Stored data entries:
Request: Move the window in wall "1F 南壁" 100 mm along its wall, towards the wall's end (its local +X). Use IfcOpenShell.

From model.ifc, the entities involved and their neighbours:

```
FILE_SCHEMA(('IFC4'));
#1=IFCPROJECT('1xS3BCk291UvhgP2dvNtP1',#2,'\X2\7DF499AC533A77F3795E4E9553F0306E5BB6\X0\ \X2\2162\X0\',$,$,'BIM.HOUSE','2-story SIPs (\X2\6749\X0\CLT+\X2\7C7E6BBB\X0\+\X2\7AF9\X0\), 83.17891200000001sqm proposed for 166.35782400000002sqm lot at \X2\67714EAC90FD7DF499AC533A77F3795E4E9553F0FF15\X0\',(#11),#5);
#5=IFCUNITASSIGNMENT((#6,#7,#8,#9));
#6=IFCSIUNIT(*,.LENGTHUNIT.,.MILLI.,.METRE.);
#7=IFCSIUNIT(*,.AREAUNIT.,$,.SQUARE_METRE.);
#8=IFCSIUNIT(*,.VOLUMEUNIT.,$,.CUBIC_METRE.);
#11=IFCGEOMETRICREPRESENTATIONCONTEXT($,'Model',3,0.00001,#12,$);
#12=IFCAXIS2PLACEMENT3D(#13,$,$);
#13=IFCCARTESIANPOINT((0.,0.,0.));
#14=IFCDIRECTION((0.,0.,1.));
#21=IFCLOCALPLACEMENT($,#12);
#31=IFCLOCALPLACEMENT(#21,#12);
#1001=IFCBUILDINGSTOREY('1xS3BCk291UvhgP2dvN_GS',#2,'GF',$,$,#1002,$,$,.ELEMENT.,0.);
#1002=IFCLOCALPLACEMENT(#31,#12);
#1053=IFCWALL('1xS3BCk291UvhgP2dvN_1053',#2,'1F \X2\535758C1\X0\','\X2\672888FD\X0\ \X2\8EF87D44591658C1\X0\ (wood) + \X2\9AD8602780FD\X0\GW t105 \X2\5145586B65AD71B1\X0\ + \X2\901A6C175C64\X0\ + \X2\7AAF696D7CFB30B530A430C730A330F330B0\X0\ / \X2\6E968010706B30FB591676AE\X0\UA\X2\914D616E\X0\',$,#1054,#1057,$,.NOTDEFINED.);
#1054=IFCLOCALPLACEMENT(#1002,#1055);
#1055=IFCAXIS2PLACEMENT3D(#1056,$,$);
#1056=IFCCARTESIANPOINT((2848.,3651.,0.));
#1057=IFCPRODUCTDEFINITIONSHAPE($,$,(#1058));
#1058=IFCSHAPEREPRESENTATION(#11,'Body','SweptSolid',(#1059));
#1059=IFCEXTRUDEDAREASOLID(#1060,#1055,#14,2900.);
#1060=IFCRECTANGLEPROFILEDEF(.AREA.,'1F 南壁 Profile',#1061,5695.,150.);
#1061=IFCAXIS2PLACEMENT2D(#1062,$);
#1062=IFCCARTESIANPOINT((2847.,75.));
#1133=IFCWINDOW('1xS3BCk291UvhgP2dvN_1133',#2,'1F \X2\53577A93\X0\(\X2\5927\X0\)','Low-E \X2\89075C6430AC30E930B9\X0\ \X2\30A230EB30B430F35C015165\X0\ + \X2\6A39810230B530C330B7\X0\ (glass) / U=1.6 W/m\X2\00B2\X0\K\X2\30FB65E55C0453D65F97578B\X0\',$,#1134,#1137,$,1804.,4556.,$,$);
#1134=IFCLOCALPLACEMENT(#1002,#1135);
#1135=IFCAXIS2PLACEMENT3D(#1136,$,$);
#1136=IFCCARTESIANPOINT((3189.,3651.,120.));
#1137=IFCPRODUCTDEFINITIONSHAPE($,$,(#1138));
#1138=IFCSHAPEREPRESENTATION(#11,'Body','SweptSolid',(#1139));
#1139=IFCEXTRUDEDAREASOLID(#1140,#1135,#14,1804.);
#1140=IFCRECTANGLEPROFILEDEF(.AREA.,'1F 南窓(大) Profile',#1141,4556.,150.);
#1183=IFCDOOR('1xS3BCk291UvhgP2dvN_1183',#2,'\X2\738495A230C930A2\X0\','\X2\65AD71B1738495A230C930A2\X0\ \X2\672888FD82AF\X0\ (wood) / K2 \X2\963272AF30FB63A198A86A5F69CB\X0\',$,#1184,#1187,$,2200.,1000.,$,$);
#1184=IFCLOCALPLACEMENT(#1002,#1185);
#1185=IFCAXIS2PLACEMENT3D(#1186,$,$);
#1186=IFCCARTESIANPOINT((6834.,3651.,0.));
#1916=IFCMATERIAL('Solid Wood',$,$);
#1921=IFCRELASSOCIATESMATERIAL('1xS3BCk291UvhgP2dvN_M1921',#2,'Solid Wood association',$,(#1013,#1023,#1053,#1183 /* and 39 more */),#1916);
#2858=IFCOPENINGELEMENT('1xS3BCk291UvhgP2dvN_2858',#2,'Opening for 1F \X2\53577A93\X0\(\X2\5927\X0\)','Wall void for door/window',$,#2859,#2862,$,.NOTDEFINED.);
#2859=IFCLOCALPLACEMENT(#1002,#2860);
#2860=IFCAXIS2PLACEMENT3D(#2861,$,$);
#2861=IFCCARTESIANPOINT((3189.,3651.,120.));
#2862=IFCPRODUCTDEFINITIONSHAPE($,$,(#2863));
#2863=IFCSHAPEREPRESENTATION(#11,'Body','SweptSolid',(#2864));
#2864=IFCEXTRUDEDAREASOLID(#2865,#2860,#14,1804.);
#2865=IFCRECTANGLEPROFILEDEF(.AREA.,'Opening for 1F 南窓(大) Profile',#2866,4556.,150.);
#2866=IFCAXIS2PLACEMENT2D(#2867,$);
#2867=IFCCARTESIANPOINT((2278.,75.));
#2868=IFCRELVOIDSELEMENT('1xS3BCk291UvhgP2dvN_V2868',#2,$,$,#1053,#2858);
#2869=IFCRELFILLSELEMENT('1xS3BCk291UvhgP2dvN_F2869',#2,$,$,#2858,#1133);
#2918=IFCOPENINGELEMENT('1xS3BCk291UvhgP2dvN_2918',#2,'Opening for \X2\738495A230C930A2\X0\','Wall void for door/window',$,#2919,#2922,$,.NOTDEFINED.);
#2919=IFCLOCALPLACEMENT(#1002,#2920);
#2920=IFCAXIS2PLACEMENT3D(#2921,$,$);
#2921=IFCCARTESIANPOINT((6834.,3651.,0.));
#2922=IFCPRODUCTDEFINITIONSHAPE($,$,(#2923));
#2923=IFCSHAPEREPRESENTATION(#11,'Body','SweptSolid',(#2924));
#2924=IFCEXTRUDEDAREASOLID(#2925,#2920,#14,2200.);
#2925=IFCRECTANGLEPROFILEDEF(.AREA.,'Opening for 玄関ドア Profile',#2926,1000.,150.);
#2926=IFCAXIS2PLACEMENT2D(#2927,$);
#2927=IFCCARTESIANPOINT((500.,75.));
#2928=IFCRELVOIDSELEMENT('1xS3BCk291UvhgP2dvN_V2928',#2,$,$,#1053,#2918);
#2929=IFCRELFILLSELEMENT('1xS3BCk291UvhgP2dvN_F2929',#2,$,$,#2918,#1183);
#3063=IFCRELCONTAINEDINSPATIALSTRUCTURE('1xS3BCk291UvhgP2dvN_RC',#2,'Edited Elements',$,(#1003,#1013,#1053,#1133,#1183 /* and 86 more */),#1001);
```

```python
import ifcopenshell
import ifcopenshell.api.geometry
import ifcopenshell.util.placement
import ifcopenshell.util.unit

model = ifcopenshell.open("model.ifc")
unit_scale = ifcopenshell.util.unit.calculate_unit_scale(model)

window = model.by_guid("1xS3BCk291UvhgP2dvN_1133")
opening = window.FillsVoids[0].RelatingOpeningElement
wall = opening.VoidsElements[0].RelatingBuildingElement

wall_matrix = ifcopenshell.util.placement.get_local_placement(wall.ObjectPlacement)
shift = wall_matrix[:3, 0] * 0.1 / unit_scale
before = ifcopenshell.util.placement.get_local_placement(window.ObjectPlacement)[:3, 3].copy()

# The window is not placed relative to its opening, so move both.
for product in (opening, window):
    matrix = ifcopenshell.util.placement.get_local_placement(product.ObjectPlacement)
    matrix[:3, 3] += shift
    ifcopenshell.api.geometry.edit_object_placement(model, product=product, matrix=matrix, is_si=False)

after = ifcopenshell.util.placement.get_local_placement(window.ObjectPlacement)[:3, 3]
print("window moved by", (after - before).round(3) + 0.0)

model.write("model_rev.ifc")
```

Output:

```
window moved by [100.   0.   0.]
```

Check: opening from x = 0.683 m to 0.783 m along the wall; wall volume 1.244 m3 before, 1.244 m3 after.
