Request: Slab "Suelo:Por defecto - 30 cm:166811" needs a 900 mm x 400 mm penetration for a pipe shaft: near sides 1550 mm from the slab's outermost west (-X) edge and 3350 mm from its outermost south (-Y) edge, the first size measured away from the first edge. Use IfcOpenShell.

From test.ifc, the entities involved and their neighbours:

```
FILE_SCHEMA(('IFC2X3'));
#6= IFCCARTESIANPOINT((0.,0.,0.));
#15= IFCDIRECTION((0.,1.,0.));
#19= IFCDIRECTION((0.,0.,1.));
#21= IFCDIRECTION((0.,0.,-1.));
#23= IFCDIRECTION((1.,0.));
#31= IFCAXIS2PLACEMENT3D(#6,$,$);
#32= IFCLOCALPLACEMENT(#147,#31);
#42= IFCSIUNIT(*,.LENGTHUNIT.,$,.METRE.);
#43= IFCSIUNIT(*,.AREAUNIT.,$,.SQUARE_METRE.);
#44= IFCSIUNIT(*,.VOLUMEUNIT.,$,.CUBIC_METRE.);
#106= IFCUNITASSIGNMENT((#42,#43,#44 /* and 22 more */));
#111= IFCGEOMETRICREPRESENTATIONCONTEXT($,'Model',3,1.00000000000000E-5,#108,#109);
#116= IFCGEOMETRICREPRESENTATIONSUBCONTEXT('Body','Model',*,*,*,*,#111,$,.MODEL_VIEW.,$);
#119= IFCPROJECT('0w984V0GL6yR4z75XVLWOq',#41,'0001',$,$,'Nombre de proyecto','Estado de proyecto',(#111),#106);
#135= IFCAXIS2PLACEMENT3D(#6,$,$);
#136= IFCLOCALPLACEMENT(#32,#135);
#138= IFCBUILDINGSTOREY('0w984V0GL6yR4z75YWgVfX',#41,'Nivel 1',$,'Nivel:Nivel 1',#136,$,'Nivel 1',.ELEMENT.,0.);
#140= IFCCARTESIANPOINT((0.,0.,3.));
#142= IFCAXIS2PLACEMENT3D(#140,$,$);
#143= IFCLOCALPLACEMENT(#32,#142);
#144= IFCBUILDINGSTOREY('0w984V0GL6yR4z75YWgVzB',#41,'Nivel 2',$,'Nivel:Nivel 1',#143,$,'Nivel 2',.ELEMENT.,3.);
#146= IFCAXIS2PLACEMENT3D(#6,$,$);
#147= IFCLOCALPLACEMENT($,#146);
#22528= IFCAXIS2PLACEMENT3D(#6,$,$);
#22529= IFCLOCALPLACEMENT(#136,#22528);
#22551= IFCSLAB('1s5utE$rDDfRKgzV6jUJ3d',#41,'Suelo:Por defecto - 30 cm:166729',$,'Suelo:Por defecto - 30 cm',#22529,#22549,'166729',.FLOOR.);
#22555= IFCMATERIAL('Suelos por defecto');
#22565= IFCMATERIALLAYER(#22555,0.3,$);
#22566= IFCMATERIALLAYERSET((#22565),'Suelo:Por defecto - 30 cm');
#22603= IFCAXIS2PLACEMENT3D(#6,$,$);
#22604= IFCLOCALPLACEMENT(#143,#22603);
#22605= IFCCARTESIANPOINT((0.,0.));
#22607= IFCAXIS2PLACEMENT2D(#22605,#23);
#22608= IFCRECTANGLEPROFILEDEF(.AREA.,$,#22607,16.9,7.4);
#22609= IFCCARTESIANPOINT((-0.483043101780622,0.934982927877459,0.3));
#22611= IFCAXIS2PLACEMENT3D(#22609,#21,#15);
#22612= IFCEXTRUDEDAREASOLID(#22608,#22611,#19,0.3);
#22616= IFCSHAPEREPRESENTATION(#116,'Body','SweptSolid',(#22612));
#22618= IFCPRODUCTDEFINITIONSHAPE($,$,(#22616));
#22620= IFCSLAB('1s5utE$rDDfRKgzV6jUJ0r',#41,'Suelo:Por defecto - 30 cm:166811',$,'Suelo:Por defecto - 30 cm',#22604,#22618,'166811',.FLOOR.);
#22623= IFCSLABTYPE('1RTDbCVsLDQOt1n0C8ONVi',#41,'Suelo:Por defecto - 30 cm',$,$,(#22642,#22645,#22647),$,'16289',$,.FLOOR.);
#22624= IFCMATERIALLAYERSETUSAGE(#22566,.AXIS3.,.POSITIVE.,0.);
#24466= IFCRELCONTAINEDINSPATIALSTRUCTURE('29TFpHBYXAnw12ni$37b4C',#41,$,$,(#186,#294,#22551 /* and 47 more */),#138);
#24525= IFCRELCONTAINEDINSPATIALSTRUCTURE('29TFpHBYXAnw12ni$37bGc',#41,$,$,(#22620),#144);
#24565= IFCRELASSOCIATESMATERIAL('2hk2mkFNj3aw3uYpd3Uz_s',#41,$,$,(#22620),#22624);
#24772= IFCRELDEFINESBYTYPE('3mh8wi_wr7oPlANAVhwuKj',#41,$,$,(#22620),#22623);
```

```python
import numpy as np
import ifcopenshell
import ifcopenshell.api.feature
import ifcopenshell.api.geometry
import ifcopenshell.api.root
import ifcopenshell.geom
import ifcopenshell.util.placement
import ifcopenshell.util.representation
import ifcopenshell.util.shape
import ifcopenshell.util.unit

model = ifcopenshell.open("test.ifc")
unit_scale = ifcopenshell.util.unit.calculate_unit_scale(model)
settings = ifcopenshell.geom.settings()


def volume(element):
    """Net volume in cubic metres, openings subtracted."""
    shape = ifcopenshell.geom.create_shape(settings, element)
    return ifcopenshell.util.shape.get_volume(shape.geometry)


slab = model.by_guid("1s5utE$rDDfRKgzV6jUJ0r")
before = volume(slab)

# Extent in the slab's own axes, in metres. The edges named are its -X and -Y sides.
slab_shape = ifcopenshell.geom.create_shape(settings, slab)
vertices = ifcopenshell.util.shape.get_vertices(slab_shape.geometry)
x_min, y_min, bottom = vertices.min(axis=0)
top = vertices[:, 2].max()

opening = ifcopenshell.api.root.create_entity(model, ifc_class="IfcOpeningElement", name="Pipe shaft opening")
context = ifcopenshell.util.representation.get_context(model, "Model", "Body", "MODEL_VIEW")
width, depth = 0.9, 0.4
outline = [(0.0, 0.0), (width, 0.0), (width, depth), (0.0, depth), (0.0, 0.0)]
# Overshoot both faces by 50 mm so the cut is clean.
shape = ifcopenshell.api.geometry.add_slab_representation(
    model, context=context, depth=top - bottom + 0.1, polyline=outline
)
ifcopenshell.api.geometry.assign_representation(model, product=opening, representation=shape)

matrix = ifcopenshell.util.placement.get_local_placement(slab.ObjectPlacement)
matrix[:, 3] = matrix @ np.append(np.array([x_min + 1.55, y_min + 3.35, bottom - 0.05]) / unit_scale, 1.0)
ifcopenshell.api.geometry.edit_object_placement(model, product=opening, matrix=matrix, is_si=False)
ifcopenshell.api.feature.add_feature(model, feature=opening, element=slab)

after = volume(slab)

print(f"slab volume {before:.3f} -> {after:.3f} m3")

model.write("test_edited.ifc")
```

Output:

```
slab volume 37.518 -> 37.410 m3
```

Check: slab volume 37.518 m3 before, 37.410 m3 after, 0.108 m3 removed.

Work to be completed — For the data shown above, give the number of lines where the word "entities" appears, and nothing else.

Task answer — 2